The Heckman selection procedure consists of selection and outcome
equations. The selection equation is specified as probit and the outcome
equation as the least squares regression equation. Both equations are
simultaneously estimated using the ML procedure. The Heckman model can
also be estimated in two steps, but we have chosen to use the ML
procedure because it estimates homoscedastic standard errors [Greene
(2003)]. This is important in the context of this study since we are
using cross-sectional data. In the case of the Heckman selection model,
the specification of the selection equation is motivated by the earlier
studies of Linder and de Groot (2006), Bikker and De Vos (1992), and
Hillberry (2002).

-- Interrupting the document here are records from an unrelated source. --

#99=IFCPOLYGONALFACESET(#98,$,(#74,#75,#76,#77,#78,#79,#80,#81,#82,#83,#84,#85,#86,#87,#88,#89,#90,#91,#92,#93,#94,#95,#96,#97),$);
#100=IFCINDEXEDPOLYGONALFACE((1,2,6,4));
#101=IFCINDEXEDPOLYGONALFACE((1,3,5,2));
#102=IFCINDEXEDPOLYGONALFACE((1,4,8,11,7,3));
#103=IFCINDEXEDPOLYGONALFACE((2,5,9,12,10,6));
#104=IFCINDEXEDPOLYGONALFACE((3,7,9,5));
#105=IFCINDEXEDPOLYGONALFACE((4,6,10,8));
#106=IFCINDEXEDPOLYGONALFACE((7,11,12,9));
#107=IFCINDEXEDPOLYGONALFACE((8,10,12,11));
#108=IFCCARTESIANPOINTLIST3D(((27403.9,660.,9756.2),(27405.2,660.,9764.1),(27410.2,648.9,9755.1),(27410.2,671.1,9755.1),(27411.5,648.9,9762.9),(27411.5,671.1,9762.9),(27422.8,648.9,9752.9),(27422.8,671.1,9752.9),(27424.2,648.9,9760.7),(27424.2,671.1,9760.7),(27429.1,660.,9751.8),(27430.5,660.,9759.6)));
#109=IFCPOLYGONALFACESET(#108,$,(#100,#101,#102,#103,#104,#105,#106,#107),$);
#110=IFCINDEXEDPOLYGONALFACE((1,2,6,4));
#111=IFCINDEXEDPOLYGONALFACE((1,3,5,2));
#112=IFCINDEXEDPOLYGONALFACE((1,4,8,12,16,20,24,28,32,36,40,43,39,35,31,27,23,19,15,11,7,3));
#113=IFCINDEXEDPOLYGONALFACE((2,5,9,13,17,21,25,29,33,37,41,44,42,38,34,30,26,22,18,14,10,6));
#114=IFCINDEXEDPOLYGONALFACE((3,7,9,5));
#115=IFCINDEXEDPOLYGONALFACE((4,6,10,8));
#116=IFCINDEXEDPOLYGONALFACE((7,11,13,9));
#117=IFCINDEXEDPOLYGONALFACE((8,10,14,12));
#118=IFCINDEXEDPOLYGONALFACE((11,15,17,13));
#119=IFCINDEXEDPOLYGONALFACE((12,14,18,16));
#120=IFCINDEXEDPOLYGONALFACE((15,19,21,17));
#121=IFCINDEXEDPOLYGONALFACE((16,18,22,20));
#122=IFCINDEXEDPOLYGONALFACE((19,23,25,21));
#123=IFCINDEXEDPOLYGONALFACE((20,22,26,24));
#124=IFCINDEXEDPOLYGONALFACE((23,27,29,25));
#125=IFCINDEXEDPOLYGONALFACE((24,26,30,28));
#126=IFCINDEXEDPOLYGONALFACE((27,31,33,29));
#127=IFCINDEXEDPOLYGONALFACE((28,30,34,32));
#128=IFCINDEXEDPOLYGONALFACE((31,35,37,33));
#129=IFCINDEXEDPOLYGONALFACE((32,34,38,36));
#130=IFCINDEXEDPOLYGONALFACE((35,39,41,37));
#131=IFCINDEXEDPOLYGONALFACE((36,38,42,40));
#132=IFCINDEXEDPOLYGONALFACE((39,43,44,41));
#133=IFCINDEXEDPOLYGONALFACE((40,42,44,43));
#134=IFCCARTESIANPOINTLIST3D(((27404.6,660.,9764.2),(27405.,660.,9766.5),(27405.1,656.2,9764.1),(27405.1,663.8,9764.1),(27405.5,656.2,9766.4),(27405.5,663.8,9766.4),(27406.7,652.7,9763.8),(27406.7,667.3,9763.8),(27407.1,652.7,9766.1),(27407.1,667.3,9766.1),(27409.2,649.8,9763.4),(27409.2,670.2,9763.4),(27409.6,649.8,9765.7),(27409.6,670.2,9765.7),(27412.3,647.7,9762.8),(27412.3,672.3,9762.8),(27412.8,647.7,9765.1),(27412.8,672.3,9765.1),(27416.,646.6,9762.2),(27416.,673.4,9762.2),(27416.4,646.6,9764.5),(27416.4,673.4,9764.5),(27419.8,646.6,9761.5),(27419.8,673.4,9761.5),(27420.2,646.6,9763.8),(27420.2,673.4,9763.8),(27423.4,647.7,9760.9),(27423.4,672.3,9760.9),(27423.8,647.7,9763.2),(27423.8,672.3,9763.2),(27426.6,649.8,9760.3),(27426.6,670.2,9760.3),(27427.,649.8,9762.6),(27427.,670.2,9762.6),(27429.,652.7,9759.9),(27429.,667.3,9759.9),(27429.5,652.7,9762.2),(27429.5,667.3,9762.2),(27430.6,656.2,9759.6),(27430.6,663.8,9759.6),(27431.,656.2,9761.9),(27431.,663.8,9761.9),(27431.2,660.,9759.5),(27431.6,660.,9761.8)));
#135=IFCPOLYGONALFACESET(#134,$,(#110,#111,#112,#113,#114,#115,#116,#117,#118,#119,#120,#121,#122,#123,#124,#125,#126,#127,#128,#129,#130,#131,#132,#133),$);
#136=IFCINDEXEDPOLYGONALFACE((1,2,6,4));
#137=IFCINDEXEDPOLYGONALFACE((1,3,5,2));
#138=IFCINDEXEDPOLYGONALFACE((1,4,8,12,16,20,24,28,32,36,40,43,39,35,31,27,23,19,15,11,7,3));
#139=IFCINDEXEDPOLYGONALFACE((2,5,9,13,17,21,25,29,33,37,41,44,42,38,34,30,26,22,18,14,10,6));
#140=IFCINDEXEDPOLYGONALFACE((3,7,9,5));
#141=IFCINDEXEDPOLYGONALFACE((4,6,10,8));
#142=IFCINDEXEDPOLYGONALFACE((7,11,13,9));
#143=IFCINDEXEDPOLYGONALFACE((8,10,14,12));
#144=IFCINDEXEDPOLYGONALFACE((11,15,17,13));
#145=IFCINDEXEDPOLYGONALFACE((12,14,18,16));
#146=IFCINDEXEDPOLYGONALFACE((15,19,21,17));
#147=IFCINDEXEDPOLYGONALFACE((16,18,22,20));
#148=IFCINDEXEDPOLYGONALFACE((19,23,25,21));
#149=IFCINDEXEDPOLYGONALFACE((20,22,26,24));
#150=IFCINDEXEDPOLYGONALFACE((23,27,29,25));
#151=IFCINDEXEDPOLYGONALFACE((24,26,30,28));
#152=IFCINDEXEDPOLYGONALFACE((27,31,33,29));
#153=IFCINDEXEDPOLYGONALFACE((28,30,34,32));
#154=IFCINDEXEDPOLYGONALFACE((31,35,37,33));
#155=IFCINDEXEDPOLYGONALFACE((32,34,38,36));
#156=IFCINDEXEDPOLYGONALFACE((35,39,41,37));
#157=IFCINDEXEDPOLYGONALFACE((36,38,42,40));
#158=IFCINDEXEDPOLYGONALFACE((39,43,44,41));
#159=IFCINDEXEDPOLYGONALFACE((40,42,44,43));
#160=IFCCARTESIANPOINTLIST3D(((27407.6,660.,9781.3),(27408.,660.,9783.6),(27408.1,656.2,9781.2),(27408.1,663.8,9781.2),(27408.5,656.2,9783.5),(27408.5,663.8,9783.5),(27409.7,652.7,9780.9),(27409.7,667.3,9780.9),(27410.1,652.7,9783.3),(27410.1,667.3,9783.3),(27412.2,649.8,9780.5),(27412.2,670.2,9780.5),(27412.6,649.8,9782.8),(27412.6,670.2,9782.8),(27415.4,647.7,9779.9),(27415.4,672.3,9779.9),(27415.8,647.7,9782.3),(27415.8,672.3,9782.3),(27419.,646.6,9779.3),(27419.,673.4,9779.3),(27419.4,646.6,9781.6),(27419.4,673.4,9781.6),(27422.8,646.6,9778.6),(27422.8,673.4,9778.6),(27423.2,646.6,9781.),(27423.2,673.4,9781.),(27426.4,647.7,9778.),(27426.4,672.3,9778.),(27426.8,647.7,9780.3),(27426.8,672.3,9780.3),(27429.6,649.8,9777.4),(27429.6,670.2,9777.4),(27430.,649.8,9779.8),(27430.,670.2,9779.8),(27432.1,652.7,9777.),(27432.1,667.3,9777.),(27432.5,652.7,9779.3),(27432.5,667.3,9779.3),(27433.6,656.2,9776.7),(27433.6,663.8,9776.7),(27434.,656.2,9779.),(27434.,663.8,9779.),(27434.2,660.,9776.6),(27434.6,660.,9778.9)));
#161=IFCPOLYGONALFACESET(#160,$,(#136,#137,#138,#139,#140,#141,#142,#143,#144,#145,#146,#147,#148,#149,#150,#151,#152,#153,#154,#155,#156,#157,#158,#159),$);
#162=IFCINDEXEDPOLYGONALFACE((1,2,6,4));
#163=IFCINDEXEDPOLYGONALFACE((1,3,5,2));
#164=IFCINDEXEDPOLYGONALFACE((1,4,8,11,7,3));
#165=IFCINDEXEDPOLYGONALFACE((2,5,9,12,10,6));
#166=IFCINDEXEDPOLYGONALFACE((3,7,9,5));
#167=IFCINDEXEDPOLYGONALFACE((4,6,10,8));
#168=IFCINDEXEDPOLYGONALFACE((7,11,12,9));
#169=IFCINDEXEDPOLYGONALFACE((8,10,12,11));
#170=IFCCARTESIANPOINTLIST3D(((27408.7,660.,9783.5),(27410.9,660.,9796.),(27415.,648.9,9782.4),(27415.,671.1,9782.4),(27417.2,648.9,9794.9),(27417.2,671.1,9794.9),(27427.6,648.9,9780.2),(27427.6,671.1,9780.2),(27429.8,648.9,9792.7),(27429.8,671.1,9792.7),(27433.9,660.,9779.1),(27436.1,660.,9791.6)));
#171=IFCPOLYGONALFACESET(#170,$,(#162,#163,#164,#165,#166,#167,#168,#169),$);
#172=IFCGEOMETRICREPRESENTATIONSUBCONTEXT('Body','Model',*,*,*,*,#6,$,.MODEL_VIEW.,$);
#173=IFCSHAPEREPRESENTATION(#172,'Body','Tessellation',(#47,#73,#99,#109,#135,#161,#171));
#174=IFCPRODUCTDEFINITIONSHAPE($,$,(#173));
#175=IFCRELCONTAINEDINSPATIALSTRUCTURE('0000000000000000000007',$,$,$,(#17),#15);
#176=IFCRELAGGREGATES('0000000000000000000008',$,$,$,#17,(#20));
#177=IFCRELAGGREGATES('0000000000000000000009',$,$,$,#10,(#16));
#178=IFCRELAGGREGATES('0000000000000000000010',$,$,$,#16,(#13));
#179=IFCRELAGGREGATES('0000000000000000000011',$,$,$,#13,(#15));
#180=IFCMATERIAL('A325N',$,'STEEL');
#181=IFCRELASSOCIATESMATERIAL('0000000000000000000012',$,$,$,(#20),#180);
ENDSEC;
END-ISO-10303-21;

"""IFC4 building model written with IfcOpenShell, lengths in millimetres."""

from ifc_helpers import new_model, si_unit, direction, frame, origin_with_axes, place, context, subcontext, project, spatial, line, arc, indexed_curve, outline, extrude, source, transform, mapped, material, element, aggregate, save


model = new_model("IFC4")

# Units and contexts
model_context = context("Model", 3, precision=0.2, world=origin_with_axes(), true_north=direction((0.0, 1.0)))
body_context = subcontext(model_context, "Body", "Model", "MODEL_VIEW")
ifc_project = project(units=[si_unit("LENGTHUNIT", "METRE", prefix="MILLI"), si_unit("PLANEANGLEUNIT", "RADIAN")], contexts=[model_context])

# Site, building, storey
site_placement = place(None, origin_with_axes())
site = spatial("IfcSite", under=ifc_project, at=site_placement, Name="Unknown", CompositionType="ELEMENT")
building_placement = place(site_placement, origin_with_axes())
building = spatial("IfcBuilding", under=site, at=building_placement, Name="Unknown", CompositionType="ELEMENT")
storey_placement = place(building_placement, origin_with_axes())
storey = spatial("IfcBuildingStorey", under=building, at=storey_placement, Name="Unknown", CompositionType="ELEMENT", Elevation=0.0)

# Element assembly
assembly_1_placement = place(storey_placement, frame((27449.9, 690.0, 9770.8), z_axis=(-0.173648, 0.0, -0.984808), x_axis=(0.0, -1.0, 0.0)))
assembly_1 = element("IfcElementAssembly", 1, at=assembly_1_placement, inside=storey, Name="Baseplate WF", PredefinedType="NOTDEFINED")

Finally, the Heckman ML procedure does not directly
estimate the IMR but estimates rho and sigma, calculating the arc
hyperbolic tangent of rho and the natural logarithm of sigma, and then
including these variables in the regression model to control for the
selection bias.
3. DATA
The study uses trade data from the World Trade Analyzer (WTA)

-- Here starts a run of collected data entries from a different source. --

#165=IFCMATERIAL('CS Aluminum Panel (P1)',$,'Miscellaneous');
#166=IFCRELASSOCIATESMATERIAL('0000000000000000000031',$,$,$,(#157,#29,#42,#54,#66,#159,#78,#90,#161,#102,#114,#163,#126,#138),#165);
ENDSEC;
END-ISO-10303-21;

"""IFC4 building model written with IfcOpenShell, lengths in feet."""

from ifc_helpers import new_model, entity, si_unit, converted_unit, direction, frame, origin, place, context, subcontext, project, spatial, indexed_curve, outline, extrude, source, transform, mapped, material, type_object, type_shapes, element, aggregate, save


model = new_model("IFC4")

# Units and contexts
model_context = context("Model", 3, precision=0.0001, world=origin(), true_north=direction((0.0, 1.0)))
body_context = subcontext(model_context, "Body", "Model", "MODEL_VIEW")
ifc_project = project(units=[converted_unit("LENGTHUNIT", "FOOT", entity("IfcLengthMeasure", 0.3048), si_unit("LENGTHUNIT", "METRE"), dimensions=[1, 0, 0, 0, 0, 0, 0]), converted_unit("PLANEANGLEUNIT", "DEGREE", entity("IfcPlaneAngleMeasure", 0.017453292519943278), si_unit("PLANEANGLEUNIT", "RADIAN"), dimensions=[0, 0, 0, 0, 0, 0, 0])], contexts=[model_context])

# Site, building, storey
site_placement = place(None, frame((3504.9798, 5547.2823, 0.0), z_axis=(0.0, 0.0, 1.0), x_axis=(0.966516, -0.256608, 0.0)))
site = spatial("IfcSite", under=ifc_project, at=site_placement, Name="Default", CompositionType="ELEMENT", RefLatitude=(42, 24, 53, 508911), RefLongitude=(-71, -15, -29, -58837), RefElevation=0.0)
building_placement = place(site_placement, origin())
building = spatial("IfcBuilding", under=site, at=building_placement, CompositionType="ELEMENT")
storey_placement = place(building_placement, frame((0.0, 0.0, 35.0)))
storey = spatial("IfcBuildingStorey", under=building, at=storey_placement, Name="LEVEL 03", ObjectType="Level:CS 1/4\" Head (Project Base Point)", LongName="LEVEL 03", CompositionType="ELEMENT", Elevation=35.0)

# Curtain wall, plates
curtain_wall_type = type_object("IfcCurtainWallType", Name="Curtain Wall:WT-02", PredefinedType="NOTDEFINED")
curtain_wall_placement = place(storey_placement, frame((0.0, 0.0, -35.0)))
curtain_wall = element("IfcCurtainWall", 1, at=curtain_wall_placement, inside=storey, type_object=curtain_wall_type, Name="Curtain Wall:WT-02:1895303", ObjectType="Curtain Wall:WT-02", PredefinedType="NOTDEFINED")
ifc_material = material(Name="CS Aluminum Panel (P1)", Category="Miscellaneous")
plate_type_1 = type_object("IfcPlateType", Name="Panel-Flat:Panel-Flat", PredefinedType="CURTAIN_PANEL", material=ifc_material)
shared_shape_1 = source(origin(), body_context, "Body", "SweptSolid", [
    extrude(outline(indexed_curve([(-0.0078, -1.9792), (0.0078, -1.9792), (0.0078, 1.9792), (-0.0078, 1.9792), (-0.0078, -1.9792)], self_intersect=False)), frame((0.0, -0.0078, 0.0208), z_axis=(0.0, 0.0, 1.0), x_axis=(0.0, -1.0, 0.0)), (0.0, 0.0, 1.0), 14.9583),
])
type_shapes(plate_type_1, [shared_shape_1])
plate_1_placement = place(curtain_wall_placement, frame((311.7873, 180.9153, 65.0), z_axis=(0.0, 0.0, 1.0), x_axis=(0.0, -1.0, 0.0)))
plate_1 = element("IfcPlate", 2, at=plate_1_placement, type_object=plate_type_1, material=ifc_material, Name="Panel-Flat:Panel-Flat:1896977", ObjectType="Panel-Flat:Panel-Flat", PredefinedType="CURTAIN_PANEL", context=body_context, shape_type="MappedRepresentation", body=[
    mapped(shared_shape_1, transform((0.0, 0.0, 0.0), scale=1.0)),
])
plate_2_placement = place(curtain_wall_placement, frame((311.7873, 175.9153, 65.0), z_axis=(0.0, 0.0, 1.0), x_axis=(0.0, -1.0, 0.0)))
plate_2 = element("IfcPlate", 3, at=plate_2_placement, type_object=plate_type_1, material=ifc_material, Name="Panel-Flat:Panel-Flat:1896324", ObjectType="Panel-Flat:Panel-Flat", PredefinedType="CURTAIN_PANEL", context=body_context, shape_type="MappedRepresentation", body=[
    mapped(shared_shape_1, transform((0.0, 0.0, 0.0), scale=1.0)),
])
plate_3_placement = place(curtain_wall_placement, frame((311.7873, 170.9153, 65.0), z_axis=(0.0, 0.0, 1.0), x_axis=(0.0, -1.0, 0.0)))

coveting trade flows from 1990 to 20002 [Statistics Canada (2004)]. The
data is organised by the Standard International Trade Classification
(SITC), revision 3, at the four-digit level. The agri-food products
included in the study are given in Table 1. The countries included in
the analysis are given in Table 2. These countries are categorised as
lower-income (LI), lower-middle-income (LMI), upper-middle-income (UMI),
and high-income (HI), using World's Bank per capita GNP thresholds.

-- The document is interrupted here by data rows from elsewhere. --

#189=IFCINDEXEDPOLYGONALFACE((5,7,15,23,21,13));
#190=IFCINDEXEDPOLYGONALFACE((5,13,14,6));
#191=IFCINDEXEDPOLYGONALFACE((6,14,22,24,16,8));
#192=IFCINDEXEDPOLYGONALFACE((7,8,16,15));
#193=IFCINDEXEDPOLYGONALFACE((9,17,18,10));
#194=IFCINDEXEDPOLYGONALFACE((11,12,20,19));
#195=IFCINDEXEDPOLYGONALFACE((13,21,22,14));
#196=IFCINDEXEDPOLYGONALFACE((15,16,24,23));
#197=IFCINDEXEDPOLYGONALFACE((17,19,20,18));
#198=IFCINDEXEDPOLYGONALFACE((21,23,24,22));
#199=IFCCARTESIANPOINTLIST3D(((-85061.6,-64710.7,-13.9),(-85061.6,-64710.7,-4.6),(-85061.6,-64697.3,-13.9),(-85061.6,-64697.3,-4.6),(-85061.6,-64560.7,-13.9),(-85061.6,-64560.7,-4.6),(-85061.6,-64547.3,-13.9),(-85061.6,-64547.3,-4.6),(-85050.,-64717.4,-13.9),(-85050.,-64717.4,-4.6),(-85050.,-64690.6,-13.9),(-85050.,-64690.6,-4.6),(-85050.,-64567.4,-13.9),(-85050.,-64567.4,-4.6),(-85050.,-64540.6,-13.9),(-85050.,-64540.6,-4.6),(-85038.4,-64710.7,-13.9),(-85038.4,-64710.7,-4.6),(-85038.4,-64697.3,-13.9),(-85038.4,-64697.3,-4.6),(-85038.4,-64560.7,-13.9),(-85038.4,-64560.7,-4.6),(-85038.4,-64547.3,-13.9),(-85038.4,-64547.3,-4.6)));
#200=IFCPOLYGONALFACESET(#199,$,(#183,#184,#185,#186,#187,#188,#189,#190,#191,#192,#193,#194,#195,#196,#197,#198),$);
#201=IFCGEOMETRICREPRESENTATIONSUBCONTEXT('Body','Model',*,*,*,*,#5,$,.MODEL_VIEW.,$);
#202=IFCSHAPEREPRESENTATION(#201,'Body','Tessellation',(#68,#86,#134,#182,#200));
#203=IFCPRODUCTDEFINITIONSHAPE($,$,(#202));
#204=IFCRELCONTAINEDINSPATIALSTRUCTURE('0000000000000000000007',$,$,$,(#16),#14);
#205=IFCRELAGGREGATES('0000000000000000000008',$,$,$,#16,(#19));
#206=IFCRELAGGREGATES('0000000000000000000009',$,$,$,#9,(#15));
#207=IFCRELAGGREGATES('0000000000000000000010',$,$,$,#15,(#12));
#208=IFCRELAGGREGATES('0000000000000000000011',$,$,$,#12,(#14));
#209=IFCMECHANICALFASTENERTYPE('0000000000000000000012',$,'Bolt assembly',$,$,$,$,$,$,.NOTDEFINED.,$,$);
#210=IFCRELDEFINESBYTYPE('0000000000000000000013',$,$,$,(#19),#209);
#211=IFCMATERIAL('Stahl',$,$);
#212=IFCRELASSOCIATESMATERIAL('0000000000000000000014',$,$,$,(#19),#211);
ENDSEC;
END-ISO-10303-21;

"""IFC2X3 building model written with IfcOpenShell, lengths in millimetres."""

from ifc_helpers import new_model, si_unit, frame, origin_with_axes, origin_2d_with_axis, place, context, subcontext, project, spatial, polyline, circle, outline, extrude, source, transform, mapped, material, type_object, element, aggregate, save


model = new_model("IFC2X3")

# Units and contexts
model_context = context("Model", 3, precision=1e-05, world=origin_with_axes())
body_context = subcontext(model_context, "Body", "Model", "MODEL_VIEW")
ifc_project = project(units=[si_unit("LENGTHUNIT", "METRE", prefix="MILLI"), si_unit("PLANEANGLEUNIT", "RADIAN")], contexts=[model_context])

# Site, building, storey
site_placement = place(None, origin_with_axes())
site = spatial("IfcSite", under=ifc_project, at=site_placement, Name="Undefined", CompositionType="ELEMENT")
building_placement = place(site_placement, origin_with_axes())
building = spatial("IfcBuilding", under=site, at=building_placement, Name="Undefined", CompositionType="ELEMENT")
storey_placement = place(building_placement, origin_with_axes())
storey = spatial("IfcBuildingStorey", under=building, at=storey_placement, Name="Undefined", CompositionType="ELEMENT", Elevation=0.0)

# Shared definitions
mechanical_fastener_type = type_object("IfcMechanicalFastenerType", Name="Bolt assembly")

The data on GDP and per capita GDP is from the World Bank's World
Development Indicators. Estimates of the distance between capitals and
border sharing are obtained from the World Bank's website [World
Bank (2007)]. The data required for the other gravity variables in the
trade model has been compiled from Glick and Rose (2002).
4. RESULTS AND DISCUSSION
However, before discussing the estimated results, it is important
to provide an overview of the per capita GDP, population, GDP, per
capita GDP growth of the selected countries, and structure of trade
between Pakistan and low-, lower-middle-, upper middle-, and high-income
economies. The selected countries cover a wide range of importing
countries, with real per capita incomes ranging from $92 for Ethiopia to
$35,667 for Japan, with an average per capita income of $10,911 during
1990-2000 (Table 2). Similarly, the average population of the selected
countries ranges from 3.6 million in Ireland to 1,203 million in China.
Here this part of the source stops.